How many of the lines below hold the word "IFCPRODUCTDEFINITIONSHAPE"? Answer only with the number.

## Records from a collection
______________________________
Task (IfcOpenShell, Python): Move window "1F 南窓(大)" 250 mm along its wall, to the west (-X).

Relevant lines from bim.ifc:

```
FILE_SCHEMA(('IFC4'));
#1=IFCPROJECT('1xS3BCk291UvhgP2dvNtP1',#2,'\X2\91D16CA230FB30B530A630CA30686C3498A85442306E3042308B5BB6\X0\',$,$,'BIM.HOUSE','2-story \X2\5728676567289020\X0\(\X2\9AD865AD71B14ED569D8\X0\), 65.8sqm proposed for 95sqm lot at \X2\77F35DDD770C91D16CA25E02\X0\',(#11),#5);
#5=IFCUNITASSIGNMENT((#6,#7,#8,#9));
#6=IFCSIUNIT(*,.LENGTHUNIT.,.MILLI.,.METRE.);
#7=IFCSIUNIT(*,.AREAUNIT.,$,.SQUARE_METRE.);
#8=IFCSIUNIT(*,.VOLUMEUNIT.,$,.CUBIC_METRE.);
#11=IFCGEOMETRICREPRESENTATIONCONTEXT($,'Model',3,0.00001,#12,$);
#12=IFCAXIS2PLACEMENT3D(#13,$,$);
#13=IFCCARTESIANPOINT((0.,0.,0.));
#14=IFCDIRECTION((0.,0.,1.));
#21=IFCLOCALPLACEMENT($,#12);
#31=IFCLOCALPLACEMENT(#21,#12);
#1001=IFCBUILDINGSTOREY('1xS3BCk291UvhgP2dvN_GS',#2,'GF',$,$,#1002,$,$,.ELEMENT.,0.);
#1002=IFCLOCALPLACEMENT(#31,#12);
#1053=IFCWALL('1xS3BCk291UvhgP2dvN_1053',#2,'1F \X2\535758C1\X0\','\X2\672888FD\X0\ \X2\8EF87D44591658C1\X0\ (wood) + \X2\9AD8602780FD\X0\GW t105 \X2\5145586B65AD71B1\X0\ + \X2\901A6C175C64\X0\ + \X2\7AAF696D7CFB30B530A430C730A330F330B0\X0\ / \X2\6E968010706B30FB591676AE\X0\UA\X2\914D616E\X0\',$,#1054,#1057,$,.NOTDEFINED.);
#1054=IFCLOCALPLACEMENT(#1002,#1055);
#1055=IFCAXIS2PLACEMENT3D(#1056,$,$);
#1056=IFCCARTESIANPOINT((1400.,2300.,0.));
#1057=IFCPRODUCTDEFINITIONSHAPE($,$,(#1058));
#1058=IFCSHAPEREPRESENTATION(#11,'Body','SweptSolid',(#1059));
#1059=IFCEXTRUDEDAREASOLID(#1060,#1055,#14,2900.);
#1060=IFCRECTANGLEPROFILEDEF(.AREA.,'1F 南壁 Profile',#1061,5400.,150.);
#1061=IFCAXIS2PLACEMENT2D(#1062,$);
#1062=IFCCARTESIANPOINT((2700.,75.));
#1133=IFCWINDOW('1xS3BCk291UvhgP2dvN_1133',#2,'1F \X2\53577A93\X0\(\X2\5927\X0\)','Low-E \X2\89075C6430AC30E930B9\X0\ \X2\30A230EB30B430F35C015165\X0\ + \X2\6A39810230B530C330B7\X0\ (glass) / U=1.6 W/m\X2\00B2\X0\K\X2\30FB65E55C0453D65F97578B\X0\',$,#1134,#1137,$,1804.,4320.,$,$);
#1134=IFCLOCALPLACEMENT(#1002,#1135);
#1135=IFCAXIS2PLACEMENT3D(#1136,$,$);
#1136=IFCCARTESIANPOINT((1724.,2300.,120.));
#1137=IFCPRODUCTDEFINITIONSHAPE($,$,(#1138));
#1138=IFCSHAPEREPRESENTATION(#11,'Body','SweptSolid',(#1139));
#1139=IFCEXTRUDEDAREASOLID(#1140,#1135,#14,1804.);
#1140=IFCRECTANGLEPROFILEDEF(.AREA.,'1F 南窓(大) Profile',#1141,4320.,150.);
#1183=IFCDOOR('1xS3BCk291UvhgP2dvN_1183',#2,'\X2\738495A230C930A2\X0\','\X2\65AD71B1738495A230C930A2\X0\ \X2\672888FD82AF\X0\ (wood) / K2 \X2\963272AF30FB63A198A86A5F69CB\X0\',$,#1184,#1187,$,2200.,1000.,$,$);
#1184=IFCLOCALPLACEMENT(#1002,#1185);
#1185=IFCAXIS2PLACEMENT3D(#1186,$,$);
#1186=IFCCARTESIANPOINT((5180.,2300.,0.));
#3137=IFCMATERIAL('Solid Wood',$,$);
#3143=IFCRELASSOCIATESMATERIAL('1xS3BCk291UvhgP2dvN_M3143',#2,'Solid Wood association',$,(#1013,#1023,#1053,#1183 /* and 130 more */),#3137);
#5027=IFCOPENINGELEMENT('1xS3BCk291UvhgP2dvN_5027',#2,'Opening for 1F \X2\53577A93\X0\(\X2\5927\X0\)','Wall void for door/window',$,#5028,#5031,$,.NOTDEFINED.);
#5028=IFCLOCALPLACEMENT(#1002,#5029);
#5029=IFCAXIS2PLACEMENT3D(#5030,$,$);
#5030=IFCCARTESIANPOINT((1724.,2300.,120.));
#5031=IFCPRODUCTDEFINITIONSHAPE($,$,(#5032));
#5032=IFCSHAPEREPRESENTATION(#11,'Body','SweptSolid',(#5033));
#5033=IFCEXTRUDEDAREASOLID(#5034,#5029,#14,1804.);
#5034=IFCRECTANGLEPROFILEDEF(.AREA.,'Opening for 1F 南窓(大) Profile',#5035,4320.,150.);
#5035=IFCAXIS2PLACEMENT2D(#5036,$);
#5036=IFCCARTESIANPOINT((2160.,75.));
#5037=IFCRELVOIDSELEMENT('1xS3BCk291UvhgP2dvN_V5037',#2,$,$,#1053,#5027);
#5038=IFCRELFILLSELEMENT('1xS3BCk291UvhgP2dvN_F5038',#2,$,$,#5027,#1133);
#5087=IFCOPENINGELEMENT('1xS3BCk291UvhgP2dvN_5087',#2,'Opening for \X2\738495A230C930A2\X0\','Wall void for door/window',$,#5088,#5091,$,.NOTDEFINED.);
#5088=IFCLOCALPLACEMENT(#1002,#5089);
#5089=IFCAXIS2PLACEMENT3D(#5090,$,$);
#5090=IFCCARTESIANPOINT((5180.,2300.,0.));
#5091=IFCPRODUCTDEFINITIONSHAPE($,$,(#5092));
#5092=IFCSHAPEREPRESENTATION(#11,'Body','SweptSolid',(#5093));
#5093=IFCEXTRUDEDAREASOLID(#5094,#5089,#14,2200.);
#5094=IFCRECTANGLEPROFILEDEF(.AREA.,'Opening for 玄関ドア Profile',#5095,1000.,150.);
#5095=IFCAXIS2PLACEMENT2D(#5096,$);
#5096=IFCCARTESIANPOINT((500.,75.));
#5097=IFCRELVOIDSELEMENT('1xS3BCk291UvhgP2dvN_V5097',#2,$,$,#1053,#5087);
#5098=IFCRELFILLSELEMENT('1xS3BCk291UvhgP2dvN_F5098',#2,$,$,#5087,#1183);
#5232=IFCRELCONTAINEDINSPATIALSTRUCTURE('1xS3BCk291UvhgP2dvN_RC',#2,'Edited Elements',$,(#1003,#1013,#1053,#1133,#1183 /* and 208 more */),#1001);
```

```python
import ifcopenshell
import ifcopenshell.api.geometry
import ifcopenshell.util.placement
import ifcopenshell.util.unit

model = ifcopenshell.open("bim.ifc")
unit_scale = ifcopenshell.util.unit.calculate_unit_scale(model)

window = model.by_id(1133)
opening = window.FillsVoids[0].RelatingOpeningElement
wall = opening.VoidsElements[0].RelatingBuildingElement

wall_matrix = ifcopenshell.util.placement.get_local_placement(wall.ObjectPlacement)
shift = wall_matrix[:3, 0] * -0.25 / unit_scale
before = ifcopenshell.util.placement.get_local_placement(window.ObjectPlacement)[:3, 3].copy()

# The window is not placed relative to its opening, so move both.
for product in (opening, window):
    matrix = ifcopenshell.util.placement.get_local_placement(product.ObjectPlacement)
    matrix[:3, 3] += shift
    ifcopenshell.api.geometry.edit_object_placement(model, product=product, matrix=matrix, is_si=False)

after = ifcopenshell.util.placement.get_local_placement(window.ObjectPlacement)[:3, 3]
print("window moved by", (after - before).round(3) + 0.0)

model.write("bim-out.ifc")
```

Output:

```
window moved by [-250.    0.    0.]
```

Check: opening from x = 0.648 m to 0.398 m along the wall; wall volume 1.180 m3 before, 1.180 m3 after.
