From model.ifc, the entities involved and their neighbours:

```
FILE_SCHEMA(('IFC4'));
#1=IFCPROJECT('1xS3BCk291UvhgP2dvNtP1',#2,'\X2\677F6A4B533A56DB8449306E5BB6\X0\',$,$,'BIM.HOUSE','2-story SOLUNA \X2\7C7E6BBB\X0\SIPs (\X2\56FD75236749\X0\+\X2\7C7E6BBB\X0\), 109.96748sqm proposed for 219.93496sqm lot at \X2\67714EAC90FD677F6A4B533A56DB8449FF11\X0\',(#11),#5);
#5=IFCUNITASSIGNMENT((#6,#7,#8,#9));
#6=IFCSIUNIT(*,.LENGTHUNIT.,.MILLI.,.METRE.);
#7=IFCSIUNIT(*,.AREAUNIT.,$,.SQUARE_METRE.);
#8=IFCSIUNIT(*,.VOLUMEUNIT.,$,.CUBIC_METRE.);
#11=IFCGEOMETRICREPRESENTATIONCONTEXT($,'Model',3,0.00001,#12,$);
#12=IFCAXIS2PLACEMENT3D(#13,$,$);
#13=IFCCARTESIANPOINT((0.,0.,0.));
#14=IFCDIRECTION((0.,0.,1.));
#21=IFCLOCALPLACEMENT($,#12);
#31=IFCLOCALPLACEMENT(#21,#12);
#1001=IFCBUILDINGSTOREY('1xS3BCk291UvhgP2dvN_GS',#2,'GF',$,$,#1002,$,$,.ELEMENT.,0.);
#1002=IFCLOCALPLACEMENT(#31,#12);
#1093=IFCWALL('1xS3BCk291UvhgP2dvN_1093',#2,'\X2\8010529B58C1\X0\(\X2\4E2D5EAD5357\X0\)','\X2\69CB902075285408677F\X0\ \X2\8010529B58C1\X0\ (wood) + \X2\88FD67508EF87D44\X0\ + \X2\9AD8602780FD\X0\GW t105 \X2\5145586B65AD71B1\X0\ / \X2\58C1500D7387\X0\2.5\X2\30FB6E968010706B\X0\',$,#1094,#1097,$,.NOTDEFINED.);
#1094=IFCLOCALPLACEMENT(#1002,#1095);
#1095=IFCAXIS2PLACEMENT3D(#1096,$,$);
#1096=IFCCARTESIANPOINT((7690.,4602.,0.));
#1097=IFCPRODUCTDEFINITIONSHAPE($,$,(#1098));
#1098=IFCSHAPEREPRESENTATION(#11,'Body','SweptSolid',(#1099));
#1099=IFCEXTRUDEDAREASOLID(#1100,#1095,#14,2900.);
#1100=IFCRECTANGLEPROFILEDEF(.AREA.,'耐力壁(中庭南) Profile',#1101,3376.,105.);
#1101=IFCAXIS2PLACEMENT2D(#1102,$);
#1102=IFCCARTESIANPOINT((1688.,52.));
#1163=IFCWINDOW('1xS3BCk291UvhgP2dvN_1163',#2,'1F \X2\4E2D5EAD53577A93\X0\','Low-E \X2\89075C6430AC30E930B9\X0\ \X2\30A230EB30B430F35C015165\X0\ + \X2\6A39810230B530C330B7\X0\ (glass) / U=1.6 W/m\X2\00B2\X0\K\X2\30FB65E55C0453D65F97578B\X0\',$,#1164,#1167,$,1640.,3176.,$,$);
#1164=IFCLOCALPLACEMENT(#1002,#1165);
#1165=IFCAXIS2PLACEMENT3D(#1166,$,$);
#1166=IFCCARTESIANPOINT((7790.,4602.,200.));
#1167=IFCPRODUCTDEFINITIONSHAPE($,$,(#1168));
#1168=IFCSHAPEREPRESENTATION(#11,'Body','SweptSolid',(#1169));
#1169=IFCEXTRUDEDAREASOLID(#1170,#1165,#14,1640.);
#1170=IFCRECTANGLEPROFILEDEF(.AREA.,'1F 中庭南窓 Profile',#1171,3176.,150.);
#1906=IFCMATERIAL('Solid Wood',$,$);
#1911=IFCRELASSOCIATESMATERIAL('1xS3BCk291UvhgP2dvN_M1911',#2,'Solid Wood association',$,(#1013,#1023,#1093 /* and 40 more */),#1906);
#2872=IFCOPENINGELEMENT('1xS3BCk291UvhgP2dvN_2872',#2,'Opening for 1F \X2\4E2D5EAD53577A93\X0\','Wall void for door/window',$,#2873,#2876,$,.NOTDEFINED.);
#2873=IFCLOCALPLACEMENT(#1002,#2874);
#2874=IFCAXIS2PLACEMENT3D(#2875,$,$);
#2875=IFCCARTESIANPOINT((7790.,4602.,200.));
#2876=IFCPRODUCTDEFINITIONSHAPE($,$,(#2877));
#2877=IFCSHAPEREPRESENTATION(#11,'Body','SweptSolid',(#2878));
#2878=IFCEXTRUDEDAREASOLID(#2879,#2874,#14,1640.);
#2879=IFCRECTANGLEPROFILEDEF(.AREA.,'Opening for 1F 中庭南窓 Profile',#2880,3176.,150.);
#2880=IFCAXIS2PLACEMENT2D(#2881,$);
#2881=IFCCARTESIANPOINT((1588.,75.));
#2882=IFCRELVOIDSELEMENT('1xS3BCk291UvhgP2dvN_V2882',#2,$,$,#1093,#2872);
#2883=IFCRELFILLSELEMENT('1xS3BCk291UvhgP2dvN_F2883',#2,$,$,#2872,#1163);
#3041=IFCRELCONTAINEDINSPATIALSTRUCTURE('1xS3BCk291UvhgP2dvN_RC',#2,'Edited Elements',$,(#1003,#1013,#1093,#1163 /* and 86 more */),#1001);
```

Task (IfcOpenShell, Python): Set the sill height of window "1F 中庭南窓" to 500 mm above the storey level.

```python
import numpy as np
import ifcopenshell
import ifcopenshell.api.geometry
import ifcopenshell.geom
import ifcopenshell.util.element
import ifcopenshell.util.placement
import ifcopenshell.util.shape
import ifcopenshell.util.unit

model = ifcopenshell.open("model.ifc")
unit_scale = ifcopenshell.util.unit.calculate_unit_scale(model)

window = model.by_guid("1xS3BCk291UvhgP2dvN_1163")
opening = window.FillsVoids[0].RelatingOpeningElement
storey = ifcopenshell.util.element.get_container(window, ifc_class="IfcBuildingStorey")
level = ifcopenshell.util.placement.get_local_placement(storey.ObjectPlacement)[2, 3]

# The opening's origin need not be at the sill, so measure its lowest point.
shape = ifcopenshell.geom.create_shape(ifcopenshell.geom.settings(), opening)
bottom = ifcopenshell.util.shape.get_shape_bottom_elevation(shape, shape.geometry) / unit_scale
dz = level + 500.0 - bottom

shift = np.array([0.0, 0.0, dz])
# The window is not placed relative to its opening, so move both.
for product in (opening, window):
    matrix = ifcopenshell.util.placement.get_local_placement(product.ObjectPlacement)
    matrix[:3, 3] += shift
    ifcopenshell.api.geometry.edit_object_placement(model, product=product, matrix=matrix, is_si=False)

print(f"moved by {dz * unit_scale:+.3f} m")

model.write("model_v2.ifc")
```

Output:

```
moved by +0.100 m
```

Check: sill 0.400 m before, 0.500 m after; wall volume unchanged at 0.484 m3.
______________________________
## FINISHED EXERCISE
7